We had had a restless night with sinus troubles and whining dogs. While getting ready to embark that morning our anxiety levels had been pushed to the panic red zone when our puppy Nessie got loose and didn't seem particularly interested coming to us or even acknowledging who we were. Our truck is not 4 wheel drive. It is two wheel, rear wheel drive which is distinct disadvantage when climbing up steep inclines of  loose rock and sand such this. Owing to these factors,  we parked and started out from about the 8000 foot level.
  We powered our way up on foot in what seemed like no time. Of course up on top, the road took on an innocent appearance of a rustic forest lane, similar to many roads in the Lincoln that are drivable by most vehicles in dry weather. It seemed a bitter pill to swallow at the time, until five hours later when walking down  when I realized how steep and treacherous this 1/2 mile or so stretch  with its 840 feet  of elevation change is.I'm not saying we or others can't make it without 4WD, I can only say we made the right decision for our peace of mind that day.
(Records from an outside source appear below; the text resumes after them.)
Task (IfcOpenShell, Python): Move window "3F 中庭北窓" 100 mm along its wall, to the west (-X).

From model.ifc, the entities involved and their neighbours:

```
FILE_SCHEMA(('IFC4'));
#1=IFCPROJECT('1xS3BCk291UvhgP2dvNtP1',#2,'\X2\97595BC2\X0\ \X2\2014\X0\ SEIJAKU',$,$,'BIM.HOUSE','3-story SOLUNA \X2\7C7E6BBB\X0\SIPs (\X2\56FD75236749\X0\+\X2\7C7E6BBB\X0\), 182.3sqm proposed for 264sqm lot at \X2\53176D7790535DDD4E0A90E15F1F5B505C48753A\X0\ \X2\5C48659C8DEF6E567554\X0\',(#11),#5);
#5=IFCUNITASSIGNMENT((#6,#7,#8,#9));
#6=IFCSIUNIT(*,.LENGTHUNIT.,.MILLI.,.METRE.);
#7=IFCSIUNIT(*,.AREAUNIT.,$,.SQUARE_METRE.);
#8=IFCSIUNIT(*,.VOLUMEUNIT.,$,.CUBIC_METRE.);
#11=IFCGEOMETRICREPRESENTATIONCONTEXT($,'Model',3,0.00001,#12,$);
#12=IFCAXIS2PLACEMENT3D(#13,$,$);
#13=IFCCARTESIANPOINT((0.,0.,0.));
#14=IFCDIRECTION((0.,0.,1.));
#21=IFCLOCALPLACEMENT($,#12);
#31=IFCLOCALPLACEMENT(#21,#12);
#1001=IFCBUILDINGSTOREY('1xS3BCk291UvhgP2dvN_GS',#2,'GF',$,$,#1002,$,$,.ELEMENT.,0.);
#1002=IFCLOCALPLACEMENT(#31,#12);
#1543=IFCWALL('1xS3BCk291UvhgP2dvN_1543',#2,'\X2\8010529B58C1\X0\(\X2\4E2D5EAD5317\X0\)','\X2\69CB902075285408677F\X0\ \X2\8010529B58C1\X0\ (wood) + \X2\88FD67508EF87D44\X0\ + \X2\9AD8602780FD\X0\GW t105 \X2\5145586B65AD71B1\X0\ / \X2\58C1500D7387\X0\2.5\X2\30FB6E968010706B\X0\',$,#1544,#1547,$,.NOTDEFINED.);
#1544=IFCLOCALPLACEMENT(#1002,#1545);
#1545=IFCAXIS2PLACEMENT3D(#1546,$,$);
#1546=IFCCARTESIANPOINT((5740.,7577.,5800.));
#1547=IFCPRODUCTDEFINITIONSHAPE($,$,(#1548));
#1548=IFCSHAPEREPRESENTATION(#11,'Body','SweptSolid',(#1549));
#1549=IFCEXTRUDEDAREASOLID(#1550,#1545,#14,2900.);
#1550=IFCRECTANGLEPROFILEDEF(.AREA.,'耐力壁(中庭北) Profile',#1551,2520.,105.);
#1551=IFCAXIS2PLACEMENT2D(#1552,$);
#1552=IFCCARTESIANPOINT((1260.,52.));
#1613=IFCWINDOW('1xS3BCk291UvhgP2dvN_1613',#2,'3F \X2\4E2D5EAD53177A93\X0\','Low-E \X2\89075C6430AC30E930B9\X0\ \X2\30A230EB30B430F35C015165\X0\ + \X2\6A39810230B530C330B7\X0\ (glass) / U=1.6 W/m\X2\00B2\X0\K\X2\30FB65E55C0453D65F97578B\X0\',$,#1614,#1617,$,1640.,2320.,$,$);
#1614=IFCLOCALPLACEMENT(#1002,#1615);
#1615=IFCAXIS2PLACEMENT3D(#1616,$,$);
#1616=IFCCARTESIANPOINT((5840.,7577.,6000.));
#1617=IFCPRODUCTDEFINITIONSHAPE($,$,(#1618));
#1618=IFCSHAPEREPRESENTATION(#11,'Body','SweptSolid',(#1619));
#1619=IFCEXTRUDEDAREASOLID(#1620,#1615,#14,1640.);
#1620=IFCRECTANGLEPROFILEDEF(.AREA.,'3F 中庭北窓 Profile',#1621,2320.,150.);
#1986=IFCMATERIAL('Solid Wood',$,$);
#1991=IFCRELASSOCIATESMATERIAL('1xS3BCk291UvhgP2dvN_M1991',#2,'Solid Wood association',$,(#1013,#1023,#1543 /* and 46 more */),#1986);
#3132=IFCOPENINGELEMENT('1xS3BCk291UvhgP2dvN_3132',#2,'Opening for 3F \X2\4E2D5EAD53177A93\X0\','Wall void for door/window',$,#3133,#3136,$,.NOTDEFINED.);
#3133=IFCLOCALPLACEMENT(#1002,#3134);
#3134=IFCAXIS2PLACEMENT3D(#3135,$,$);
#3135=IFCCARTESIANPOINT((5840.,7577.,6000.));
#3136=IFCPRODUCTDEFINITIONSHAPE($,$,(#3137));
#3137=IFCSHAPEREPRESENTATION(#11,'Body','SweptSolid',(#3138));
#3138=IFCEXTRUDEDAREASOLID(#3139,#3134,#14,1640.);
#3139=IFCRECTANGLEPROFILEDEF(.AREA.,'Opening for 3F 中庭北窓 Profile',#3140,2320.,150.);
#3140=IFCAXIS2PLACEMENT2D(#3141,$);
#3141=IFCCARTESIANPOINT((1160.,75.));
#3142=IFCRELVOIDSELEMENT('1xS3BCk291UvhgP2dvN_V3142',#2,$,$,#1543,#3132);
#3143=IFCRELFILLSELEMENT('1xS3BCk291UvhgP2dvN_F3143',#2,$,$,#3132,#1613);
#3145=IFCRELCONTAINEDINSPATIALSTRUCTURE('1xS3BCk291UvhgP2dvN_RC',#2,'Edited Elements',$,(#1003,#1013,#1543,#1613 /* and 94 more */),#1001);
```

```python
import ifcopenshell
import ifcopenshell.api.geometry
import ifcopenshell.util.placement

model = ifcopenshell.open("model.ifc")

window = model.by_guid("1xS3BCk291UvhgP2dvN_1613")
opening = window.FillsVoids[0].RelatingOpeningElement
wall = opening.VoidsElements[0].RelatingBuildingElement

wall_matrix = ifcopenshell.util.placement.get_local_placement(wall.ObjectPlacement)
shift = wall_matrix[:3, 0] * -100.0
before = ifcopenshell.util.placement.get_local_placement(window.ObjectPlacement)[:3, 3].copy()

# The window is not placed relative to its opening, so move both.
for product in (opening, window):
    matrix = ifcopenshell.util.placement.get_local_placement(product.ObjectPlacement)
    matrix[:3, 3] += shift
    ifcopenshell.api.geometry.edit_object_placement(model, product=product, matrix=matrix, is_si=False)

after = ifcopenshell.util.placement.get_local_placement(window.ObjectPlacement)[:3, 3]
print("window moved by", (after - before).round(3) + 0.0)

model.write("model_rev.ifc")
```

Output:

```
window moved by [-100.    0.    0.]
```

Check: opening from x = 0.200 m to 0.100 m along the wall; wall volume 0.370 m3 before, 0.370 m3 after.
 As for the hike, initially we climbed through a heavily  burnt area with fantastic open views to still snowy Sierra Blanca to the south, the Jicarilla Mountains and the mesas and plains to the north, and on the west, the massive wall of West Mountains and the black hulk of Carrizozo Peak beyond.

On top  the road lazily meandered through a mostly intact forest of Douglas fir, with some truly huge ones growing in the several lovely clearings we encountered. As we pushed on, there were more  and more aspen stands both of young trees and more mature ones. They hadn't even begun to bud on this last day of April,but I though this would make an awesome fall color drive or hike. Along the way I kept seeing signs nailed to trees that  said " Block A" or "Block C", which I assume is something left over from logging days. We passed  a fallen sign for Peppin and Corral Canyons,and then later past the sign for the Padilla Trail (FT 59), we ate lunch near the sign for Ferris and Santa Rita Canyons which fall off  to the north and south respectively.  The upper end of Santa Rita is a beautiful park-like aspen and meadow area that can be accessed for camping by FR 9038.

I was hoping to find Summit Spring, to fill up with water for our dogs just  to be on the safe side,So , we headed down the grass covered path that is Forest Road 9037C. There were many downed trees, and it seems unlikely that this "road"through the woods receives much vehicle use at this point. It was pleasant to be off the well traveled FR 56 on something more like a trail, although I did not find the spring. We turned around and began our trek back. It had been a wonderful spring day. We could hear the wind much of the time,but it never really affected us. A good experience for a first visit and with a hike of 10 miles with almost 2000 feet of elevation gain, much more of workout than I had planned.
 We had a couple of  folks pass us in their vehicles, both going and coming, and we saw  a couple parked trucks,but for most of  the day  we had the high country to  ourselves. FR 56 runs along the south boundary for the Capitan Mountains Wilderness, although there are no official trails that spur off to north into the wilderness along the road, I occasionally wandered past the wilderness signs just to say I'd been in yet another New Mexico Wilderness area.